Lo studio del medico sarebbe stato perquisito dai carabinieri che devono accertare se Zerilli fosse a conoscenza delle generalità del paziente. “Ho già fornito in dettaglio tutti i dati con date e documenti al mio ordine professionale”, dice il medico dopo la notizia delle indagini a suo carico. “Ho sempre esercitato la mia professione con scienza e coscienza e questo non fa eccezione in relazione al paziente Andrea Bonafede (alias Matteo Messina Denaro), per il quale in data 3 dicembre 2020 ho fissato una visita oncologica su richiesta della chirurgia di Mazara del Vallo, supportata da un referto istologico del laboratorio di anatomia patologica dell’ospedale di Castelvetrano del 24 novembre 2020. La visita è stata segnata nell’agenda del mio reparto per il 9 dicembre 2020”.

“Non è mai stato ricoverato in reparto”

Il medico vuole anche smentire il fatto che Andrea Bonafede sia stato ricoverato per un mese presso il suo reparto. “Questo è impossibile poiché presso il mio reparto vengono effettuati solo ricoveri in Day Hospital o Day Service, e non certo ricoveri ordinari”. ”
Non ho mai incontrato Andrea Bonafede prima del suo ingresso in ospedale, e non ho avuto alcun contatto personale con lui per fissare la visita oncologica. Non ricordo neppure un eventuale contatto personale con il paziente il 9 dicembre 2020, e non è possibile pretendere che ne abbia memoria considerando che all’epoca, e anche oggi, tutte le visite avvenivano indossando la mascherina”.

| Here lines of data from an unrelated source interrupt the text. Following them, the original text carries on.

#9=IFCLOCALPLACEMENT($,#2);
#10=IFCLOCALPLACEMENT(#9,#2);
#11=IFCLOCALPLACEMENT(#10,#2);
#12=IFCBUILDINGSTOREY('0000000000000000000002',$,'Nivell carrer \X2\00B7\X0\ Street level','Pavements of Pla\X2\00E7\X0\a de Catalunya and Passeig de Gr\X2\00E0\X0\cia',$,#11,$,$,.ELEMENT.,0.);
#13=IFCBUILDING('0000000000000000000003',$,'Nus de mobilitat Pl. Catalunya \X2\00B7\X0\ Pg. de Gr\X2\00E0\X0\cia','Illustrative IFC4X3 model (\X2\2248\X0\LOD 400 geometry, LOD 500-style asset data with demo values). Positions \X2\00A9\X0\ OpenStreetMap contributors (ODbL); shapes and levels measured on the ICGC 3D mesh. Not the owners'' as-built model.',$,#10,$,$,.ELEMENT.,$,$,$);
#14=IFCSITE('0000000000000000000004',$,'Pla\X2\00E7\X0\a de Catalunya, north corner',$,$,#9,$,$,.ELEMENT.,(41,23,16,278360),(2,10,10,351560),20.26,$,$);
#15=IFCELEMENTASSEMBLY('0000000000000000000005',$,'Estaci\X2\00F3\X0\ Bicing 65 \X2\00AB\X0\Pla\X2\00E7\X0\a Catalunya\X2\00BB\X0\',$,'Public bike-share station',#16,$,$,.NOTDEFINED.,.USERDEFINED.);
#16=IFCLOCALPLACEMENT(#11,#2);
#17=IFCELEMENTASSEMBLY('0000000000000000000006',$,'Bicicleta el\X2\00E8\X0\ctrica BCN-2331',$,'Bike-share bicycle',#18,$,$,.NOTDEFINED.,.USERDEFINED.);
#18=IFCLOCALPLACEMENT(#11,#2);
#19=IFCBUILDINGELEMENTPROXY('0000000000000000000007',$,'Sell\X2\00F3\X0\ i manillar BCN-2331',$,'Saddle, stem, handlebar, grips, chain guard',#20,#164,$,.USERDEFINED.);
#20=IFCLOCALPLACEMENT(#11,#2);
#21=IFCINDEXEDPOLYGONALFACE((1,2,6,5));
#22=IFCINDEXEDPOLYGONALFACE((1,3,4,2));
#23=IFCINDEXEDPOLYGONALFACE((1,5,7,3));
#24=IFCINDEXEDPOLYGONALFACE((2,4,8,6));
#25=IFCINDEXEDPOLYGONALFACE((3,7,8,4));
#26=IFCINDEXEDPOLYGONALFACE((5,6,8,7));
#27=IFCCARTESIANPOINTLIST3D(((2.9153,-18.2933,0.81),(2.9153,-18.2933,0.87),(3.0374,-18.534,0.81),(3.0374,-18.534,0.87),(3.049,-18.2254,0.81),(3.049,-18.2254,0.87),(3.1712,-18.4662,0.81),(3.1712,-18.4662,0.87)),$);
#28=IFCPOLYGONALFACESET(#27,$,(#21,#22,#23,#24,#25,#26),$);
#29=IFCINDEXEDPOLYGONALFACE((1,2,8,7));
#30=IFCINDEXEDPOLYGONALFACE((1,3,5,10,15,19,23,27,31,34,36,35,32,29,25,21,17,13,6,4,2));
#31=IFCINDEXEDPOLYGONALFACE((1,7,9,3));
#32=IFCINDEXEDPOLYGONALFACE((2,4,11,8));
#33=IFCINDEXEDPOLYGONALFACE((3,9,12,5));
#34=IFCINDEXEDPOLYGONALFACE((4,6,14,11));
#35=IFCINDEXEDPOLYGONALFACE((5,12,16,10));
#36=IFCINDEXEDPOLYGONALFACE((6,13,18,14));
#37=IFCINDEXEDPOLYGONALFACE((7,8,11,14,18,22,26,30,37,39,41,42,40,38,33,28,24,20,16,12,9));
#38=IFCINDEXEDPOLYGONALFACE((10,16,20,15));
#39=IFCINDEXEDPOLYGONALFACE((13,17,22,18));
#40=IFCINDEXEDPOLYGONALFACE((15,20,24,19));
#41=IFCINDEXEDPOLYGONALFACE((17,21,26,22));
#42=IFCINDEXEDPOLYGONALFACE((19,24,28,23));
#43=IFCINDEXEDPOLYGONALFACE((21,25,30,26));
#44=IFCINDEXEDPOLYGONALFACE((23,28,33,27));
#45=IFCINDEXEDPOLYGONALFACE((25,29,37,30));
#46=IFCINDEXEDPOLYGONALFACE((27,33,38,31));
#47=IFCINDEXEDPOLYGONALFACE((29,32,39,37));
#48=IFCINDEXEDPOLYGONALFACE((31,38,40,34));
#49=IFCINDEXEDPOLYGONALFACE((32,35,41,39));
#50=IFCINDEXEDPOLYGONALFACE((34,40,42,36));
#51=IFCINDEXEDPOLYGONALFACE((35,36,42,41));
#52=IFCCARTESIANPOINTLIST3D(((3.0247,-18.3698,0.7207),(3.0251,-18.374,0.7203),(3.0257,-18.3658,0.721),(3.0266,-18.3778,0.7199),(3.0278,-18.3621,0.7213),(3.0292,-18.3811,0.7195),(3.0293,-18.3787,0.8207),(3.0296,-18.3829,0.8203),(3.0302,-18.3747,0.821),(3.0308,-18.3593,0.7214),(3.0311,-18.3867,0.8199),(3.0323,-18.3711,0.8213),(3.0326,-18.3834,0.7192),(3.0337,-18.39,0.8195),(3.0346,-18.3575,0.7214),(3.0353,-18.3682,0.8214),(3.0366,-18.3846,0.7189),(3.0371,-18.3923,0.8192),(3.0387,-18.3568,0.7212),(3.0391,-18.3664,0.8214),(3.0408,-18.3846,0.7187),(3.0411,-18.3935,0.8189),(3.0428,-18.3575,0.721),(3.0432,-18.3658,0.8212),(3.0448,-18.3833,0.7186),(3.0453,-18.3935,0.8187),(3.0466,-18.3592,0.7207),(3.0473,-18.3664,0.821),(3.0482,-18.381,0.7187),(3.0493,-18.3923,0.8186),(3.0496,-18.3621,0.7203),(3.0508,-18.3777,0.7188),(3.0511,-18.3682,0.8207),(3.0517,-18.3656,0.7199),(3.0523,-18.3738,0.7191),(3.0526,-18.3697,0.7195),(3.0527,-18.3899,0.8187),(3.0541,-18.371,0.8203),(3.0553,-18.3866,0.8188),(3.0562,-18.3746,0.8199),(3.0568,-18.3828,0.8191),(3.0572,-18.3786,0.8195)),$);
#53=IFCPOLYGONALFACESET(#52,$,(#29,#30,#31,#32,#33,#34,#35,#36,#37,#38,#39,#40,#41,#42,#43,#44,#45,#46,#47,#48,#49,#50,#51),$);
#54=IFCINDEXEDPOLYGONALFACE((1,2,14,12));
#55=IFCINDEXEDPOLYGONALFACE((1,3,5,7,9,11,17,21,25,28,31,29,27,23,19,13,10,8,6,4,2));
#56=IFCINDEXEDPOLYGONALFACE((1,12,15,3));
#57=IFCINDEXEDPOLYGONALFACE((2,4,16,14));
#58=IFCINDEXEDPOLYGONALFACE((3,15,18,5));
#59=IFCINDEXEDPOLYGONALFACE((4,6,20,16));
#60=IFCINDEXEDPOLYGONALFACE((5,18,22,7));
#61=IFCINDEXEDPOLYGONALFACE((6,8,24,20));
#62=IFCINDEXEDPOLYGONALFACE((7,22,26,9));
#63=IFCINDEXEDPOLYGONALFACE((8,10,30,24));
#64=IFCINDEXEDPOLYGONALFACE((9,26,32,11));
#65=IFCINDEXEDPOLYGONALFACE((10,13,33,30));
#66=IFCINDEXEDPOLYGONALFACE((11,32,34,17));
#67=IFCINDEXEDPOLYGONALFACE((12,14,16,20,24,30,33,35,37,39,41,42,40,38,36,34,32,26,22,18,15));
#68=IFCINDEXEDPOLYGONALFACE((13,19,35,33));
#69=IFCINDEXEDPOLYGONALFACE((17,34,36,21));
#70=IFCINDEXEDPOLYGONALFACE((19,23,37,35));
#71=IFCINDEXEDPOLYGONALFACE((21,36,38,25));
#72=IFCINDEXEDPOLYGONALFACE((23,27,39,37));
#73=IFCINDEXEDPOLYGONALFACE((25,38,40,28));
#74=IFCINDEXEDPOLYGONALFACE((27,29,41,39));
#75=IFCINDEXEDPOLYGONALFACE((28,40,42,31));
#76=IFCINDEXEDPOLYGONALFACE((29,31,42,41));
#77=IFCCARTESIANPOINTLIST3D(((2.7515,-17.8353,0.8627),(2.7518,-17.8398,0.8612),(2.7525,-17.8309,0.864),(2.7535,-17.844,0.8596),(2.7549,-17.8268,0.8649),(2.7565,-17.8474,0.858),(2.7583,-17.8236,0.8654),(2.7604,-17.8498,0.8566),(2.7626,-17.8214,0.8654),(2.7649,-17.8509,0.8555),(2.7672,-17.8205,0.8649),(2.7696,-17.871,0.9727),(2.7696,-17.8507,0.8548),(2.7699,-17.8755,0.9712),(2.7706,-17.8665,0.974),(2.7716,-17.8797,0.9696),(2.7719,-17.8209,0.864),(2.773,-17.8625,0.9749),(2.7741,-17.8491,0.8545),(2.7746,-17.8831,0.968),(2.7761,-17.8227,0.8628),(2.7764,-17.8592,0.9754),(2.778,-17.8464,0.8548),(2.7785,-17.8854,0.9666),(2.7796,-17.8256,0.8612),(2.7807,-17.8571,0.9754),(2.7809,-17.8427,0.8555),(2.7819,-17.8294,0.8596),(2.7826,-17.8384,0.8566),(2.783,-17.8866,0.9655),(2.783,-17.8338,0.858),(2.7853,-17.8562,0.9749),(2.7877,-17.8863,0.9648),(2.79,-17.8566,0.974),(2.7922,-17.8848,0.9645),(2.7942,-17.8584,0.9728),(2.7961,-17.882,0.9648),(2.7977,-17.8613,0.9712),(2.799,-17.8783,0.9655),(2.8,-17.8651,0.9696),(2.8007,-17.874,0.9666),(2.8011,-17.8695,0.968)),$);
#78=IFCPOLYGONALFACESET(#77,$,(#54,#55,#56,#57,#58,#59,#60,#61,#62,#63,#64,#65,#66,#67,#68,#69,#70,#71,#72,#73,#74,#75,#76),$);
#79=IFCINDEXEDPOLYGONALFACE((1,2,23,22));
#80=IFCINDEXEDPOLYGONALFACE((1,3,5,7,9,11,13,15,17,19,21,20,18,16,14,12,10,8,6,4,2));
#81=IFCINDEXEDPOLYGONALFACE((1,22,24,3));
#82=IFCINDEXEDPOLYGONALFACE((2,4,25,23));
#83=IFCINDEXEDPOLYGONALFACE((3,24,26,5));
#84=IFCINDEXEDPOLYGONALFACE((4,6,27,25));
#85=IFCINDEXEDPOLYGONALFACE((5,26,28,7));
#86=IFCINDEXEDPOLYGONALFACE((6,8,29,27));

“Esame Dna per pazienti trattati con farmaci chemioterapici”

“L’esame del Dna nei pazienti trattati con farmaci chemioterapici – evidenzia inoltre Zerilli – ha lo scopo d’identificare eventuali polimorfismi che possono aumentare la tossicità del farmaco, e non certo l’identità dei pazienti. Infine, vorrei sottolineare che dall’inizio di questa vicenda, il 16 gennaio scorso, non mi sono mai assentato dal lavoro, come dimostrano le mie presenze in ospedale”.